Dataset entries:
--------------------------------
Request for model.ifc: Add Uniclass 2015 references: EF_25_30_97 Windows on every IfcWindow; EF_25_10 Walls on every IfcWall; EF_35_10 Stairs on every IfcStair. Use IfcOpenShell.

First a look at what the model holds.

```python
import ifcopenshell

model = ifcopenshell.open("model.ifc")
print(model.schema)
print("classifications:", [c.Name for c in model.by_type("IfcClassification")])
for ifc_class in ("IfcDoor", "IfcRoof", "IfcStair", "IfcWall", "IfcWindow"):
    print(ifc_class, len(model.by_type(ifc_class)))
```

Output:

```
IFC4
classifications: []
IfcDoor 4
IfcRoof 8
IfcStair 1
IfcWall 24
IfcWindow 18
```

```python
import ifcopenshell
import ifcopenshell.api.classification

model = ifcopenshell.open("model.ifc")

system = ifcopenshell.api.classification.add_classification(model, classification="Uniclass 2015")

codes = {
    "IfcWindow": ("EF_25_30_97", "Windows"),
    "IfcWall": ("EF_25_10", "Walls"),
    "IfcStair": ("EF_35_10", "Stairs"),
}
for ifc_class, (code, name) in codes.items():
    products = model.by_type(ifc_class)
    ifcopenshell.api.classification.add_reference(
        model, products=products, classification=system, identification=code, name=name
    )
    print(code, len(products))

model.write("model_rev.ifc")
```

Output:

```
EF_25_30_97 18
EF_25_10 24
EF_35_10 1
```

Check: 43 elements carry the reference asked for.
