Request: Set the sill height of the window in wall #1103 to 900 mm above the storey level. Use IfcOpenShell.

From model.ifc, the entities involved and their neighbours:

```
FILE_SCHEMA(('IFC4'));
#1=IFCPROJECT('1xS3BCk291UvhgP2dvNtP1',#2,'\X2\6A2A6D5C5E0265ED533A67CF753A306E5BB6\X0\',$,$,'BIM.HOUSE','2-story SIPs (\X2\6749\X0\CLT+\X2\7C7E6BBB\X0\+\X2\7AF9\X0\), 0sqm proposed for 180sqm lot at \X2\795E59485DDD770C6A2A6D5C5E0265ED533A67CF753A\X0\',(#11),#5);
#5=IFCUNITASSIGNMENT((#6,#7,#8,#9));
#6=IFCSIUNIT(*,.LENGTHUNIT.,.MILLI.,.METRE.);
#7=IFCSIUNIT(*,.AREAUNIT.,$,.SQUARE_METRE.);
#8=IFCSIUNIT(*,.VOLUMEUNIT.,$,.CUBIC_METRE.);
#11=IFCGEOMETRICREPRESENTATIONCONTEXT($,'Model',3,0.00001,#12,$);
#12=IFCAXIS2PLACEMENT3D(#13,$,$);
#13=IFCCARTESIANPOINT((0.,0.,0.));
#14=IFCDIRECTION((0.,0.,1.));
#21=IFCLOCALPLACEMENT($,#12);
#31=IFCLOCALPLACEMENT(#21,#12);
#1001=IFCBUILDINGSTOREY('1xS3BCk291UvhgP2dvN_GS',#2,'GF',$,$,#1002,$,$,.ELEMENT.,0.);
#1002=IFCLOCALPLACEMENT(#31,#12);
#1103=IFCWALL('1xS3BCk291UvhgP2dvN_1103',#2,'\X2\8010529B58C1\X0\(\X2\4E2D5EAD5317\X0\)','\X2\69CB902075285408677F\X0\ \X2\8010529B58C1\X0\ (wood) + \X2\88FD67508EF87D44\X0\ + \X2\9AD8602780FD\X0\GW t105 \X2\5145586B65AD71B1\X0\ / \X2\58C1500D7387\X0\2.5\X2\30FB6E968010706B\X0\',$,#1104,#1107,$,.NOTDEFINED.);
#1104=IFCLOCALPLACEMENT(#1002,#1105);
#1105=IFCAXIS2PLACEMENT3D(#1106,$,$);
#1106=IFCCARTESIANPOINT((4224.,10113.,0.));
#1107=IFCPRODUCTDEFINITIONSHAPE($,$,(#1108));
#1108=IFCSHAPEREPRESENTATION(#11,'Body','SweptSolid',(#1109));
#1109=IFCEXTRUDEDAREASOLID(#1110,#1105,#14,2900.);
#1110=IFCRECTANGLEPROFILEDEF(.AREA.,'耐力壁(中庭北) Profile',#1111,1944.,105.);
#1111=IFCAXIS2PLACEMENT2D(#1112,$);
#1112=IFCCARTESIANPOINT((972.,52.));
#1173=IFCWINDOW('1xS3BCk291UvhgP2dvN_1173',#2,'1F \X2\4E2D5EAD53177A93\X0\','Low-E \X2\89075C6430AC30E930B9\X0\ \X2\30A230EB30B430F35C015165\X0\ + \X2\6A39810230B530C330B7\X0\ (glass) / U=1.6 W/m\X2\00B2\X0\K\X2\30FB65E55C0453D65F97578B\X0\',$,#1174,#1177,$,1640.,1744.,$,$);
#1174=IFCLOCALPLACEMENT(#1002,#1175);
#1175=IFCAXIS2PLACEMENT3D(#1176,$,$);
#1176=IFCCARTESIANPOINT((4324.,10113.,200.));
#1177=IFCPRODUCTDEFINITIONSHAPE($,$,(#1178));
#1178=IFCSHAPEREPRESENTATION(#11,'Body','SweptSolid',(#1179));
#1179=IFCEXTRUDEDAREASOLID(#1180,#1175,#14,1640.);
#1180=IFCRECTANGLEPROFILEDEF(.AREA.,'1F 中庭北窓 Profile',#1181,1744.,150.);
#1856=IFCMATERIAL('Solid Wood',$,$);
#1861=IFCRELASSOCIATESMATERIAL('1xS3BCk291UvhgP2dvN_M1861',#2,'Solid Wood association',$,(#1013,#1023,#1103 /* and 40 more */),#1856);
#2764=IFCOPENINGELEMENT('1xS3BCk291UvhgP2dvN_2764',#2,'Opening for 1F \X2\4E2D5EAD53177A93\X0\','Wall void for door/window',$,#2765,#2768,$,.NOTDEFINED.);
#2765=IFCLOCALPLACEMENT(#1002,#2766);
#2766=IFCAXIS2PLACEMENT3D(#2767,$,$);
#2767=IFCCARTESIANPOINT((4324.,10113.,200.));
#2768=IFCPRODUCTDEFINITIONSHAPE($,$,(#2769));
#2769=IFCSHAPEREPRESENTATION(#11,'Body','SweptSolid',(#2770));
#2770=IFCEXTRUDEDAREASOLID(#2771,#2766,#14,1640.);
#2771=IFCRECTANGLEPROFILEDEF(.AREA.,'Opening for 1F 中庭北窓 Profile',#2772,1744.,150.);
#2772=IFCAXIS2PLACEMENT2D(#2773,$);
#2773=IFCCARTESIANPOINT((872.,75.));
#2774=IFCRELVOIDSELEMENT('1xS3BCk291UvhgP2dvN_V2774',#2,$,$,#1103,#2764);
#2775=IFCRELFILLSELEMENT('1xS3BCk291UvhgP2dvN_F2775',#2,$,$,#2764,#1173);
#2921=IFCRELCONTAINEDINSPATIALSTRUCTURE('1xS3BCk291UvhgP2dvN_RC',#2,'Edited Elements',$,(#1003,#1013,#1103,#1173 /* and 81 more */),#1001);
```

```python
import numpy as np
import ifcopenshell
import ifcopenshell.api.geometry
import ifcopenshell.geom
import ifcopenshell.util.element
import ifcopenshell.util.placement
import ifcopenshell.util.shape
import ifcopenshell.util.unit

model = ifcopenshell.open("model.ifc")
unit_scale = ifcopenshell.util.unit.calculate_unit_scale(model)

window = model.by_guid("1xS3BCk291UvhgP2dvN_1173")
opening = window.FillsVoids[0].RelatingOpeningElement
storey = ifcopenshell.util.element.get_container(window, ifc_class="IfcBuildingStorey")
level = ifcopenshell.util.placement.get_local_placement(storey.ObjectPlacement)[2, 3]

# The opening's origin need not be at the sill, so measure its lowest point.
shape = ifcopenshell.geom.create_shape(ifcopenshell.geom.settings(), opening)
bottom = ifcopenshell.util.shape.get_shape_bottom_elevation(shape, shape.geometry) / unit_scale
dz = level + 0.9 / unit_scale - bottom

shift = np.array([0.0, 0.0, dz])
# The window is not placed relative to its opening, so move both.
for product in (opening, window):
    matrix = ifcopenshell.util.placement.get_local_placement(product.ObjectPlacement)
    matrix[:3, 3] += shift
    ifcopenshell.api.geometry.edit_object_placement(model, product=product, matrix=matrix, is_si=False)

print(f"moved by {dz * unit_scale:+.3f} m")

model.write("model_rev.ifc")
```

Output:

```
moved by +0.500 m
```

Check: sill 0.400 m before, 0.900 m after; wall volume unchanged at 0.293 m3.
--------------------------------
TASK TO COMPLETE:
Your answer should be each line from the entries that includes the string "NOTDEFINED".

SOLUTION TO THE PROBLEM:
#1103=IFCWALL('1xS3BCk291UvhgP2dvN_1103',#2,'\X2\8010529B58C1\X0\(\X2\4E2D5EAD5317\X0\)','\X2\69CB902075285408677F\X0\ \X2\8010529B58C1\X0\ (wood) + \X2\88FD67508EF87D44\X0\ + \X2\9AD8602780FD\X0\GW t105 \X2\5145586B65AD71B1\X0\ / \X2\58C1500D7387\X0\2.5\X2\30FB6E968010706B\X0\',$,#1104,#1107,$,.NOTDEFINED.);
#2764=IFCOPENINGELEMENT('1xS3BCk291UvhgP2dvN_2764',#2,'Opening for 1F \X2\4E2D5EAD53177A93\X0\','Wall void for door/window',$,#2765,#2768,$,.NOTDEFINED.);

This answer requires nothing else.